Records shown =
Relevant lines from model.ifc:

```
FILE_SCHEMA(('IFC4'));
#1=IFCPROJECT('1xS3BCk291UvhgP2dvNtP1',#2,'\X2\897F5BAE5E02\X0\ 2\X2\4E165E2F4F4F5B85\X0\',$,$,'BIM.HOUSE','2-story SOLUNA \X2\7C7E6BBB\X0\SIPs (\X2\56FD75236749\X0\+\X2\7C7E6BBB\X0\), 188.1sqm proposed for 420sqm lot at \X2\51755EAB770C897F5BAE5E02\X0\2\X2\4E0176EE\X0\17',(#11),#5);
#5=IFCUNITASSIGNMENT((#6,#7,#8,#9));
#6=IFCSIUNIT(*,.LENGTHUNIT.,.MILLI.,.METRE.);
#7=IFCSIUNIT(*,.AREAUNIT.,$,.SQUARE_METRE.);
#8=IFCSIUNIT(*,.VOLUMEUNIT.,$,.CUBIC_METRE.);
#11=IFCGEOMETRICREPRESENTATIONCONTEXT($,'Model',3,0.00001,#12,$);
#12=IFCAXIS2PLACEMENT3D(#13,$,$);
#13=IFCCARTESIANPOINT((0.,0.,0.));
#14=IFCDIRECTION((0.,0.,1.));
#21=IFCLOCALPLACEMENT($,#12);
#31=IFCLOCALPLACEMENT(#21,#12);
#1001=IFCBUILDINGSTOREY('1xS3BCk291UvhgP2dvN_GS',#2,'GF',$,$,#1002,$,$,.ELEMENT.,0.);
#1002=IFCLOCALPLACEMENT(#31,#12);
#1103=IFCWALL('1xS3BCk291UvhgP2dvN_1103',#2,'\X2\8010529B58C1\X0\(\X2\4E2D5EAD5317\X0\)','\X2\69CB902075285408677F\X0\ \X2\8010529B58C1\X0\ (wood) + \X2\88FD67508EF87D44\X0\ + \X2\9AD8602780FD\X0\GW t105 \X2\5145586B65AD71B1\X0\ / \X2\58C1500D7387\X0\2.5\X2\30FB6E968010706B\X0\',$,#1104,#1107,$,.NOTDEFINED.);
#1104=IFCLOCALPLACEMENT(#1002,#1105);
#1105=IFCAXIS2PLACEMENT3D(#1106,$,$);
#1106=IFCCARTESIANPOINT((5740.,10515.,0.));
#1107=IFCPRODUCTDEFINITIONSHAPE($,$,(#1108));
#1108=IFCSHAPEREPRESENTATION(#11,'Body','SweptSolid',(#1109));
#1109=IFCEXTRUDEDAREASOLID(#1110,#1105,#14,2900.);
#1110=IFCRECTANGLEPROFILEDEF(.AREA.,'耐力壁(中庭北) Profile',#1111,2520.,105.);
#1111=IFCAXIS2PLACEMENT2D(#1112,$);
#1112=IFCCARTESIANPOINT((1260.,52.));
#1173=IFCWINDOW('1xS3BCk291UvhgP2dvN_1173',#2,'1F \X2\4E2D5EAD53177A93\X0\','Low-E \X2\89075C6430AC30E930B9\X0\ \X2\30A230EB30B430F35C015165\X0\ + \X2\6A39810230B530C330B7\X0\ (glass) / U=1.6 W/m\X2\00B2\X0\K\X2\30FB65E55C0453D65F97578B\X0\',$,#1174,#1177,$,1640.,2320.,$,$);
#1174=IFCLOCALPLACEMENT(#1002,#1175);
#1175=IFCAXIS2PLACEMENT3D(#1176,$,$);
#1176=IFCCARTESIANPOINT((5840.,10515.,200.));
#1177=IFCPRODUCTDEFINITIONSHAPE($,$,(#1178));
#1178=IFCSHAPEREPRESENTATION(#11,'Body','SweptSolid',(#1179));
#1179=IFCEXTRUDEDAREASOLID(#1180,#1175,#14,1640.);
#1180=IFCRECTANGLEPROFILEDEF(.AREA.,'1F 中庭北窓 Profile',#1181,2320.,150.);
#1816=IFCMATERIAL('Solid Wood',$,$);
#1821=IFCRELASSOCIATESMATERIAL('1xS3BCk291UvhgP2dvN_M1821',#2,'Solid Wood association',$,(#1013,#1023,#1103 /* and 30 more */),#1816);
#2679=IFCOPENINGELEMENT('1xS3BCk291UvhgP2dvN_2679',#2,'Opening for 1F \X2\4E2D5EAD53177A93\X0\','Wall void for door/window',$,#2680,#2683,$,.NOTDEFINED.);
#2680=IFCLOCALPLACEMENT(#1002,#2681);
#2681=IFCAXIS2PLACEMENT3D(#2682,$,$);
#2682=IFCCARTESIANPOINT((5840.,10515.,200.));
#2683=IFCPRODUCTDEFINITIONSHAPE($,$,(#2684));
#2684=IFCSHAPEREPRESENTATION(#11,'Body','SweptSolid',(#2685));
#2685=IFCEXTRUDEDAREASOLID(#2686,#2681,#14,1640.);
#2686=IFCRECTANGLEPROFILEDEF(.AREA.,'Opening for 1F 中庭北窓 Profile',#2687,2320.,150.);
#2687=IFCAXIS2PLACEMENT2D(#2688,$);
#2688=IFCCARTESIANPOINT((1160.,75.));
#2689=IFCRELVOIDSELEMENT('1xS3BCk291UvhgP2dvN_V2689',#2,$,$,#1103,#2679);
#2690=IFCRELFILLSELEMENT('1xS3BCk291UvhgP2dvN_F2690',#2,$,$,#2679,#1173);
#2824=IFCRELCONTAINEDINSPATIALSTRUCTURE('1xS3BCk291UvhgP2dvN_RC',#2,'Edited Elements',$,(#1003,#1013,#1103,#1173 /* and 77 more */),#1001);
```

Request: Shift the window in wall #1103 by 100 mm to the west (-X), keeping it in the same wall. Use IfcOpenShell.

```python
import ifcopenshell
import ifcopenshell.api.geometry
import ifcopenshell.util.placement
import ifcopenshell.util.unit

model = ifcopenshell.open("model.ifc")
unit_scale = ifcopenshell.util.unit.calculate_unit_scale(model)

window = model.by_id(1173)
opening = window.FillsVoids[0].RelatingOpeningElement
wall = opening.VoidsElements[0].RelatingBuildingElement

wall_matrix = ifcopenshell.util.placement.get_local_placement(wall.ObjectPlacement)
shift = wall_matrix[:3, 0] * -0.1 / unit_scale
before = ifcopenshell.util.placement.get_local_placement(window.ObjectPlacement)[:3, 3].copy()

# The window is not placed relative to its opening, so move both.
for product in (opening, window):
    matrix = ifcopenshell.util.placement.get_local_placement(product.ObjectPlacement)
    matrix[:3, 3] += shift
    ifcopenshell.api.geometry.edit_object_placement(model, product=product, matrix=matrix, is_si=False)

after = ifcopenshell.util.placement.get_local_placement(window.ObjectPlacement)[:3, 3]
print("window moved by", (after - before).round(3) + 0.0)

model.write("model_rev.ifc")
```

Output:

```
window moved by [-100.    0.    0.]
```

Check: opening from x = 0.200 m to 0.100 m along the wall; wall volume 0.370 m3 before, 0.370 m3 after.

Directions for this task = Every record in the material above should be set down exactly.

Response below =
Relevant lines from model.ifc:

```
FILE_SCHEMA(('IFC4'));
#1=IFCPROJECT('1xS3BCk291UvhgP2dvNtP1',#2,'\X2\897F5BAE5E02\X0\ 2\X2\4E165E2F4F4F5B85\X0\',$,$,'BIM.HOUSE','2-story SOLUNA \X2\7C7E6BBB\X0\SIPs (\X2\56FD75236749\X0\+\X2\7C7E6BBB\X0\), 188.1sqm proposed for 420sqm lot at \X2\51755EAB770C897F5BAE5E02\X0\2\X2\4E0176EE\X0\17',(#11),#5);
#5=IFCUNITASSIGNMENT((#6,#7,#8,#9));
#6=IFCSIUNIT(*,.LENGTHUNIT.,.MILLI.,.METRE.);
#7=IFCSIUNIT(*,.AREAUNIT.,$,.SQUARE_METRE.);
#8=IFCSIUNIT(*,.VOLUMEUNIT.,$,.CUBIC_METRE.);
#11=IFCGEOMETRICREPRESENTATIONCONTEXT($,'Model',3,0.00001,#12,$);
#12=IFCAXIS2PLACEMENT3D(#13,$,$);
#13=IFCCARTESIANPOINT((0.,0.,0.));
#14=IFCDIRECTION((0.,0.,1.));
#21=IFCLOCALPLACEMENT($,#12);
#31=IFCLOCALPLACEMENT(#21,#12);
#1001=IFCBUILDINGSTOREY('1xS3BCk291UvhgP2dvN_GS',#2,'GF',$,$,#1002,$,$,.ELEMENT.,0.);
#1002=IFCLOCALPLACEMENT(#31,#12);
#1103=IFCWALL('1xS3BCk291UvhgP2dvN_1103',#2,'\X2\8010529B58C1\X0\(\X2\4E2D5EAD5317\X0\)','\X2\69CB902075285408677F\X0\ \X2\8010529B58C1\X0\ (wood) + \X2\88FD67508EF87D44\X0\ + \X2\9AD8602780FD\X0\GW t105 \X2\5145586B65AD71B1\X0\ / \X2\58C1500D7387\X0\2.5\X2\30FB6E968010706B\X0\',$,#1104,#1107,$,.NOTDEFINED.);
#1104=IFCLOCALPLACEMENT(#1002,#1105);
#1105=IFCAXIS2PLACEMENT3D(#1106,$,$);
#1106=IFCCARTESIANPOINT((5740.,10515.,0.));
#1107=IFCPRODUCTDEFINITIONSHAPE($,$,(#1108));
#1108=IFCSHAPEREPRESENTATION(#11,'Body','SweptSolid',(#1109));
#1109=IFCEXTRUDEDAREASOLID(#1110,#1105,#14,2900.);
#1110=IFCRECTANGLEPROFILEDEF(.AREA.,'耐力壁(中庭北) Profile',#1111,2520.,105.);
#1111=IFCAXIS2PLACEMENT2D(#1112,$);
#1112=IFCCARTESIANPOINT((1260.,52.));
#1173=IFCWINDOW('1xS3BCk291UvhgP2dvN_1173',#2,'1F \X2\4E2D5EAD53177A93\X0\','Low-E \X2\89075C6430AC30E930B9\X0\ \X2\30A230EB30B430F35C015165\X0\ + \X2\6A39810230B530C330B7\X0\ (glass) / U=1.6 W/m\X2\00B2\X0\K\X2\30FB65E55C0453D65F97578B\X0\',$,#1174,#1177,$,1640.,2320.,$,$);
#1174=IFCLOCALPLACEMENT(#1002,#1175);
#1175=IFCAXIS2PLACEMENT3D(#1176,$,$);
#1176=IFCCARTESIANPOINT((5840.,10515.,200.));
#1177=IFCPRODUCTDEFINITIONSHAPE($,$,(#1178));
#1178=IFCSHAPEREPRESENTATION(#11,'Body','SweptSolid',(#1179));
#1179=IFCEXTRUDEDAREASOLID(#1180,#1175,#14,1640.);
#1180=IFCRECTANGLEPROFILEDEF(.AREA.,'1F 中庭北窓 Profile',#1181,2320.,150.);
#1816=IFCMATERIAL('Solid Wood',$,$);
#1821=IFCRELASSOCIATESMATERIAL('1xS3BCk291UvhgP2dvN_M1821',#2,'Solid Wood association',$,(#1013,#1023,#1103 /* and 30 more */),#1816);
#2679=IFCOPENINGELEMENT('1xS3BCk291UvhgP2dvN_2679',#2,'Opening for 1F \X2\4E2D5EAD53177A93\X0\','Wall void for door/window',$,#2680,#2683,$,.NOTDEFINED.);
#2680=IFCLOCALPLACEMENT(#1002,#2681);
#2681=IFCAXIS2PLACEMENT3D(#2682,$,$);
#2682=IFCCARTESIANPOINT((5840.,10515.,200.));
#2683=IFCPRODUCTDEFINITIONSHAPE($,$,(#2684));
#2684=IFCSHAPEREPRESENTATION(#11,'Body','SweptSolid',(#2685));
#2685=IFCEXTRUDEDAREASOLID(#2686,#2681,#14,1640.);
#2686=IFCRECTANGLEPROFILEDEF(.AREA.,'Opening for 1F 中庭北窓 Profile',#2687,2320.,150.);
#2687=IFCAXIS2PLACEMENT2D(#2688,$);
#2688=IFCCARTESIANPOINT((1160.,75.));
#2689=IFCRELVOIDSELEMENT('1xS3BCk291UvhgP2dvN_V2689',#2,$,$,#1103,#2679);
#2690=IFCRELFILLSELEMENT('1xS3BCk291UvhgP2dvN_F2690',#2,$,$,#2679,#1173);
#2824=IFCRELCONTAINEDINSPATIALSTRUCTURE('1xS3BCk291UvhgP2dvN_RC',#2,'Edited Elements',$,(#1003,#1013,#1103,#1173 /* and 77 more */),#1001);
```

Request: Shift the window in wall #1103 by 100 mm to the west (-X), keeping it in the same wall. Use IfcOpenShell.

```python
import ifcopenshell
import ifcopenshell.api.geometry
import ifcopenshell.util.placement
import ifcopenshell.util.unit

model = ifcopenshell.open("model.ifc")
unit_scale = ifcopenshell.util.unit.calculate_unit_scale(model)

window = model.by_id(1173)
opening = window.FillsVoids[0].RelatingOpeningElement
wall = opening.VoidsElements[0].RelatingBuildingElement

wall_matrix = ifcopenshell.util.placement.get_local_placement(wall.ObjectPlacement)
shift = wall_matrix[:3, 0] * -0.1 / unit_scale
before = ifcopenshell.util.placement.get_local_placement(window.ObjectPlacement)[:3, 3].copy()

# The window is not placed relative to its opening, so move both.
for product in (opening, window):
    matrix = ifcopenshell.util.placement.get_local_placement(product.ObjectPlacement)
    matrix[:3, 3] += shift
    ifcopenshell.api.geometry.edit_object_placement(model, product=product, matrix=matrix, is_si=False)

after = ifcopenshell.util.placement.get_local_placement(window.ObjectPlacement)[:3, 3]
print("window moved by", (after - before).round(3) + 0.0)

model.write("model_rev.ifc")
```

Output:

```
window moved by [-100.    0.    0.]
```

Check: opening from x = 0.200 m to 0.100 m along the wall; wall volume 0.370 m3 before, 0.370 m3 after.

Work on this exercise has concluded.